The BBC’s increasingly eclectic approach to programming the Proms concerts is introducing us to many unfamiliar composers and their music, in the hands of performers whose excellence commands us to listen. So it was with the imaginative and knowledgeable programming that went into this BBC Prom, with 90 minutes of mesmeric contemporary music played by the BBC Concert Orchestra, conducted by Anna-Maria Helsing, with James McVinnie at the organ.
Without an interval, we were treated to a succession of pieces of music from the late 20th century to the present day. Music from established composers Philip Glass, Olivier Messiaen, Arvo Pärt and Judith Weir was combined with first Prom performances of music by Jóhann Jóhannsson and Missy Mazzoli, and the UK premiere of Samy Moussa’s A Globe Itself Infolding for organ and orchestra, originally commissioned by the Orchestra symphonique de Montréal. From 1960s Minimalism to 21st-century neo-Romanticism, each of the pieces unfurled its own distinctive sound world.
What held the programme of often very short pieces together was the thoughtful, meditative quality of much of the music, with both the orchestra and James McVinnie at the organ not afraid of maintaining intimate, hushed sounds which drew the audience’s rapt attention.
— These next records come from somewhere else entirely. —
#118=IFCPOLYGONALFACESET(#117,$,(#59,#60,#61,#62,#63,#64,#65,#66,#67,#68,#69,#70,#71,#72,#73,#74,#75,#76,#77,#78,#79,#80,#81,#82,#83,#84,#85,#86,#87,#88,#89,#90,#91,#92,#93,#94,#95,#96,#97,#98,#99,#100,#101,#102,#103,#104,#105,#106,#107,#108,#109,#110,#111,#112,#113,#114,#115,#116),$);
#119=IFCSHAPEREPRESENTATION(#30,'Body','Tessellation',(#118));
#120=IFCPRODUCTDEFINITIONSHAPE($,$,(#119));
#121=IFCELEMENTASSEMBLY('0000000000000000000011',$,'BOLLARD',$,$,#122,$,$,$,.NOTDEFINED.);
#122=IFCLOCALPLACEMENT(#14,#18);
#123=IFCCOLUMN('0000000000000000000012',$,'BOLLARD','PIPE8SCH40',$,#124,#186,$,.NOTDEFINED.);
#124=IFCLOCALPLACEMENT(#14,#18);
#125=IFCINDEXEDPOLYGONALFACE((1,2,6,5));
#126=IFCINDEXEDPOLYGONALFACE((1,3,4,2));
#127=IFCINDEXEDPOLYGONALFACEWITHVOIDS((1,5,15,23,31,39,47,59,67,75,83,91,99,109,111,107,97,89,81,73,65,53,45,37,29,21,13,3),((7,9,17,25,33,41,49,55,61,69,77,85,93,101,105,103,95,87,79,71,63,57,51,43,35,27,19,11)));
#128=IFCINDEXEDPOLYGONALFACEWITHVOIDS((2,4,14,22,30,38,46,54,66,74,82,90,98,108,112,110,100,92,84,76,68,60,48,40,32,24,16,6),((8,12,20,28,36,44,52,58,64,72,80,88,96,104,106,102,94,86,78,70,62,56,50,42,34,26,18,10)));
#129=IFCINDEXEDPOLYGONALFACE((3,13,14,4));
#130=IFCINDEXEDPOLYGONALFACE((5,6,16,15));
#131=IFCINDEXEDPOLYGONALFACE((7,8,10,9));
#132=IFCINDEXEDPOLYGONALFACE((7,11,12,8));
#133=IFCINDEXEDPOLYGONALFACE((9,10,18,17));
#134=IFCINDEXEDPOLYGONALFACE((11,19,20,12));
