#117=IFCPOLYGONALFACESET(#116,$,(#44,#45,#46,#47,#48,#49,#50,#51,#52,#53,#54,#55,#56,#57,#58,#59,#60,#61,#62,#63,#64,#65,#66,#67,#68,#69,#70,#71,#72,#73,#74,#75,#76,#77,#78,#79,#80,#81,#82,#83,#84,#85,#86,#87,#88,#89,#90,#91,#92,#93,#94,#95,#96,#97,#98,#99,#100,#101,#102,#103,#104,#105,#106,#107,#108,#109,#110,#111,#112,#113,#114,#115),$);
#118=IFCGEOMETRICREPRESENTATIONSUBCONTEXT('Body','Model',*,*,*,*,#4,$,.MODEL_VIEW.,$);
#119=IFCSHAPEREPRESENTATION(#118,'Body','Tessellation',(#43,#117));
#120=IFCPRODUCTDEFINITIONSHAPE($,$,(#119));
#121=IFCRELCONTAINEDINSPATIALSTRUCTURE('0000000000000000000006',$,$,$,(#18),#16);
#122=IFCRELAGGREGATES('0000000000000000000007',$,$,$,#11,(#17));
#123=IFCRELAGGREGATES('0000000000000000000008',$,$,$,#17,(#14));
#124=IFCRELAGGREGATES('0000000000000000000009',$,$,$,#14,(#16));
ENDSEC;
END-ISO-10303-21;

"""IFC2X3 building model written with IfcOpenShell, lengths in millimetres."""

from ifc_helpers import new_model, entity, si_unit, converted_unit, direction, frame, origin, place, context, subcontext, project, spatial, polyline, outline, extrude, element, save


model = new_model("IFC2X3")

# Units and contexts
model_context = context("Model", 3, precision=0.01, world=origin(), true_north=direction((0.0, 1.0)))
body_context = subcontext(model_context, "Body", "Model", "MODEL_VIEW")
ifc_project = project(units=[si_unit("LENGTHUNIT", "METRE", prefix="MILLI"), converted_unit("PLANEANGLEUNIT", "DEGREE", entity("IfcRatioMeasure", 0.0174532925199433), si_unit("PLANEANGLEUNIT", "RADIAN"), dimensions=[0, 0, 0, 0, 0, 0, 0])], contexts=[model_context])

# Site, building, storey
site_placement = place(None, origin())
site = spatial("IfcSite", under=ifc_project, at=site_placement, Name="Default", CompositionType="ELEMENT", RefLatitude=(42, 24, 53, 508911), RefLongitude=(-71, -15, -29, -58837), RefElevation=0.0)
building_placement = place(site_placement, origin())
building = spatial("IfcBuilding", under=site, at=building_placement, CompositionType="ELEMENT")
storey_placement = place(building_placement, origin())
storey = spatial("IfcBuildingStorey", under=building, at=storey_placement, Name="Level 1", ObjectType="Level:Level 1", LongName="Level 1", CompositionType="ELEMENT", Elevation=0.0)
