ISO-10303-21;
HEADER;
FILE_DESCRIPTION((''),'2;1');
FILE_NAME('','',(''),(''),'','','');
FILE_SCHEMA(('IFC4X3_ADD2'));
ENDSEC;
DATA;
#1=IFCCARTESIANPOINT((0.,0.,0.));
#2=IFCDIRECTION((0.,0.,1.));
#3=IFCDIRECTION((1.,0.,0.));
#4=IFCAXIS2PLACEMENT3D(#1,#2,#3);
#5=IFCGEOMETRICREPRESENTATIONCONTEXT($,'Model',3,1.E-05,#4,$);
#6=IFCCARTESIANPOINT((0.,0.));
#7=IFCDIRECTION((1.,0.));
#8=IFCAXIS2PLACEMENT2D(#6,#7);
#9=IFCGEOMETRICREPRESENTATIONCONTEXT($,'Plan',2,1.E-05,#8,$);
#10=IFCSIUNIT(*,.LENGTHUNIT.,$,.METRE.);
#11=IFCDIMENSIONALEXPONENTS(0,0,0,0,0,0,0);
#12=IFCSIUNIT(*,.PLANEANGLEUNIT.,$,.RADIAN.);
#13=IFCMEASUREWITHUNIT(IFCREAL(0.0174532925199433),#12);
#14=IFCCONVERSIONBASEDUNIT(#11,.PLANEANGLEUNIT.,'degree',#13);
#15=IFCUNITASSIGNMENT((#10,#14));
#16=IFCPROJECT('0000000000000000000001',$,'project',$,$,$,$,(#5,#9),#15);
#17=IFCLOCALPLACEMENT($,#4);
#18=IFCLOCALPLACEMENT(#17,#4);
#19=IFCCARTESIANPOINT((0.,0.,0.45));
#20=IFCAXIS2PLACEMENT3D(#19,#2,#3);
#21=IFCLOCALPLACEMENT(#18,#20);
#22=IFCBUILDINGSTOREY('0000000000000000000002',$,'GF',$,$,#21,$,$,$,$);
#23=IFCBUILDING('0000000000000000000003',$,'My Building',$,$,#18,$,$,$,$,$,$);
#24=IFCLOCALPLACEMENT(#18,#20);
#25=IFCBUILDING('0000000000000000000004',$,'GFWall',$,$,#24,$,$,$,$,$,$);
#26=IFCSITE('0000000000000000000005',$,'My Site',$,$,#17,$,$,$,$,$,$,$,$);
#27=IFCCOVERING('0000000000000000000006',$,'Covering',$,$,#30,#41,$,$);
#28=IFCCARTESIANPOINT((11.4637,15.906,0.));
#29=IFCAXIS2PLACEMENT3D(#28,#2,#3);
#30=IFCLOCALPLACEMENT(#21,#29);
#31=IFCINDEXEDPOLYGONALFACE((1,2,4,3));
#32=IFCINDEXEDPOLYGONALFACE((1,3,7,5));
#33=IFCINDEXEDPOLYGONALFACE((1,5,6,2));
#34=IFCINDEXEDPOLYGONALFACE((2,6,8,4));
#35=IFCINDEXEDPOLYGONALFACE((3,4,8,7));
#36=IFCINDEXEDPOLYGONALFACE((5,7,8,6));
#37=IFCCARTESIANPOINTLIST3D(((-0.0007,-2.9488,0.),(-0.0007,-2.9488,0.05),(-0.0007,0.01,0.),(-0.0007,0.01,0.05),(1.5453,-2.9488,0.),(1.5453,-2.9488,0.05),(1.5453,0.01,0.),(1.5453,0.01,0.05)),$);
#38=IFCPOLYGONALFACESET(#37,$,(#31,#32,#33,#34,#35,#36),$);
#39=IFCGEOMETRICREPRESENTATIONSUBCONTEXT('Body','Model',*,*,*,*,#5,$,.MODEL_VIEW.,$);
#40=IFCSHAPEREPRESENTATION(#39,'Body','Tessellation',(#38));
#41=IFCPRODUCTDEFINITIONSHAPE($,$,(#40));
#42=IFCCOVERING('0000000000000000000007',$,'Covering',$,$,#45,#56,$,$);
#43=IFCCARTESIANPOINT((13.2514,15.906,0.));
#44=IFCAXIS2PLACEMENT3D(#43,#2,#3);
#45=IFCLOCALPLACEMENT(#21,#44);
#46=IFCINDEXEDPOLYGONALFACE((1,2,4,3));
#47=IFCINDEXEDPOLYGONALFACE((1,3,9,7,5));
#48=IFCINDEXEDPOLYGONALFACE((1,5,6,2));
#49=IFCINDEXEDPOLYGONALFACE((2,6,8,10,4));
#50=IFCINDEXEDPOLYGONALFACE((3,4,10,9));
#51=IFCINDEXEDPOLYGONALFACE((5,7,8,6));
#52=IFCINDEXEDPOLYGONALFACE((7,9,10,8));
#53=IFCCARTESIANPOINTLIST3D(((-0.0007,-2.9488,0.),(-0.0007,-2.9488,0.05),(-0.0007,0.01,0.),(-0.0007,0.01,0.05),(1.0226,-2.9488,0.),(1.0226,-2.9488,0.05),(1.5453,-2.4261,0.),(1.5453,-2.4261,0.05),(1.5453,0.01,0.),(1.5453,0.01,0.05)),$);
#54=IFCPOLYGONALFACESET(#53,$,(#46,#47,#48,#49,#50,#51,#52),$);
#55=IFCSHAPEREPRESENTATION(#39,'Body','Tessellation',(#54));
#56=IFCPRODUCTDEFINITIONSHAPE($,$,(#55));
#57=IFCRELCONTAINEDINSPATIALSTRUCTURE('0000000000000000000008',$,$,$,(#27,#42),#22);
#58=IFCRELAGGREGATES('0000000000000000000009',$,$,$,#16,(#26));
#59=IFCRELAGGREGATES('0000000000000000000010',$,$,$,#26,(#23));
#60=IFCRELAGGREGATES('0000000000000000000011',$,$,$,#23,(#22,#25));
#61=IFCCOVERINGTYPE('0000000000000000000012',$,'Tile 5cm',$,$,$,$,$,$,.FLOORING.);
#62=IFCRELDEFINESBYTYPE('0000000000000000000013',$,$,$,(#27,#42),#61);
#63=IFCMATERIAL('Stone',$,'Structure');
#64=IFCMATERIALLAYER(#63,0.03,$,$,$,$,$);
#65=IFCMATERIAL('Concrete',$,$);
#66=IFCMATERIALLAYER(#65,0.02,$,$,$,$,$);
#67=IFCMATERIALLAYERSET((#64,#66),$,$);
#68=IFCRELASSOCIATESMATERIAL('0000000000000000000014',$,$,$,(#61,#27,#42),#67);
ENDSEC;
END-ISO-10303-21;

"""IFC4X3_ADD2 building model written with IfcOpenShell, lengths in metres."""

from ifc_helpers import new_model, entity, si_unit, converted_unit, frame, origin_with_axes, origin_2d_with_axis, place, context, subcontext, project, spatial, indexed_curve, outline, extrude, material, layer, layer_set, layer_usage, type_object, element, save


model = new_model("IFC4X3_ADD2")

# Units and contexts
model_context = context("Model", 3, precision=1e-05, world=origin_with_axes())
plan_context = context("Plan", 2, precision=1e-05, world=origin_2d_with_axis())
body_context_1 = subcontext(model_context, "Body", "Model", "MODEL_VIEW")
ifc_project = project(units=[si_unit("LENGTHUNIT", "METRE"), converted_unit("PLANEANGLEUNIT", "degree", entity("IfcReal", 0.0174532925199433), si_unit("PLANEANGLEUNIT", "RADIAN"), dimensions=[0, 0, 0, 0, 0, 0, 0])], contexts=[model_context, plan_context])

# Site, building, storey
site_placement = place(None, origin_with_axes())
site = spatial("IfcSite", under=ifc_project, at=site_placement, Name="My Site")
building_1_placement = place(site_placement, origin_with_axes())
building_1 = spatial("IfcBuilding", under=site, at=building_1_placement, Name="My Building")
storey_placement = place(building_1_placement, frame((0.0, 0.0, 0.45), z_axis=(0.0, 0.0, 1.0), x_axis=(1.0, 0.0, 0.0)))
storey = spatial("IfcBuildingStorey", under=building_1, at=storey_placement, Name="GF")

# Shared definitions
building_2_placement = place(building_1_placement, frame((0.0, 0.0, 0.45), z_axis=(0.0, 0.0, 1.0), x_axis=(1.0, 0.0, 0.0)))
building_2 = spatial("IfcBuilding", under=building_1, at=building_2_placement, Name="GFWall")

# Coverings
ifc_material_1 = material(Name="Stone", Category="Structure")
ifc_layer_1 = layer(ifc_material_1, 0.03)
ifc_material_2 = material(Name="Concrete")
ifc_layer_2 = layer(ifc_material_2, 0.02)
ifc_layer_set_1 = layer_set([ifc_layer_1, ifc_layer_2])
ifc_layer_usage_1 = layer_usage(ifc_layer_set_1, "AXIS3", "POSITIVE", 0.0)
covering_type = type_object("IfcCoveringType", Name="Tile 5cm", PredefinedType="FLOORING", material=ifc_layer_set_1)
covering_1_placement = place(storey_placement, frame((11.4637, 15.906, 0.0), z_axis=(0.0, 0.0, 1.0), x_axis=(1.0, 0.0, 0.0)))
element("IfcCovering", 1, at=covering_1_placement, inside=storey, type_object=covering_type, material=ifc_layer_usage_1, Name="Covering", context=body_context_1, shape_type="SweptSolid", body=[
    extrude(outline(indexed_curve([(-0.0007, -2.9488), (1.5453, -2.9488), (1.5453, 0.01), (-0.0007, 0.01), (-0.0007, -2.9488)])), None, (0.0, 0.0, 1.0), 0.05),
])
ifc_layer_usage_2 = layer_usage(ifc_layer_set_1, "AXIS3", "POSITIVE", 0.0)
covering_2_placement = place(storey_placement, frame((13.2514, 15.906, 0.0), z_axis=(0.0, 0.0, 1.0), x_axis=(1.0, 0.0, 0.0)))
element("IfcCovering", 2, at=covering_2_placement, inside=storey, type_object=covering_type, material=ifc_layer_usage_2, Name="Covering", context=body_context_1, shape_type="SweptSolid", body=[
    extrude(outline(indexed_curve([(1.0226, -2.9488), (-0.0007, -2.9488), (-0.0007, 0.01), (1.5453, 0.01), (1.5453, -2.4261), (1.0226, -2.9488)])), None, (0.0, 0.0, 1.0), 0.05),
])

save(model, "model.ifc")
However McVinnie conjured the Splendour of God in Messiaen’s Méditation V Dieu est immense from his Méditations sur le Mystère de la Sainte-Trinité with full force, sending biting chords reverberating round the Albert Hall’s generous acoustic.
There was a certain link throughout in the inspiration that composers have taken from birds and birdsong, not just famously for Messiaen, but also in Jóhann Jóhannsson’s A Sparrow Alighted Upon Our Shoulder, and in one of the most substantial pieces of the evening, Einojuhani Rautavaara’s Cantus arcticus, written in 1972. A concerto for birds and orchestra, it sets Rautavaara’s own recordings of arctic marshland birds – including the majestic whooper swans of the high Arctic – against transparent and expressive string and wind writing, a hymn to the wild natural world following in the footsteps of Sibelius.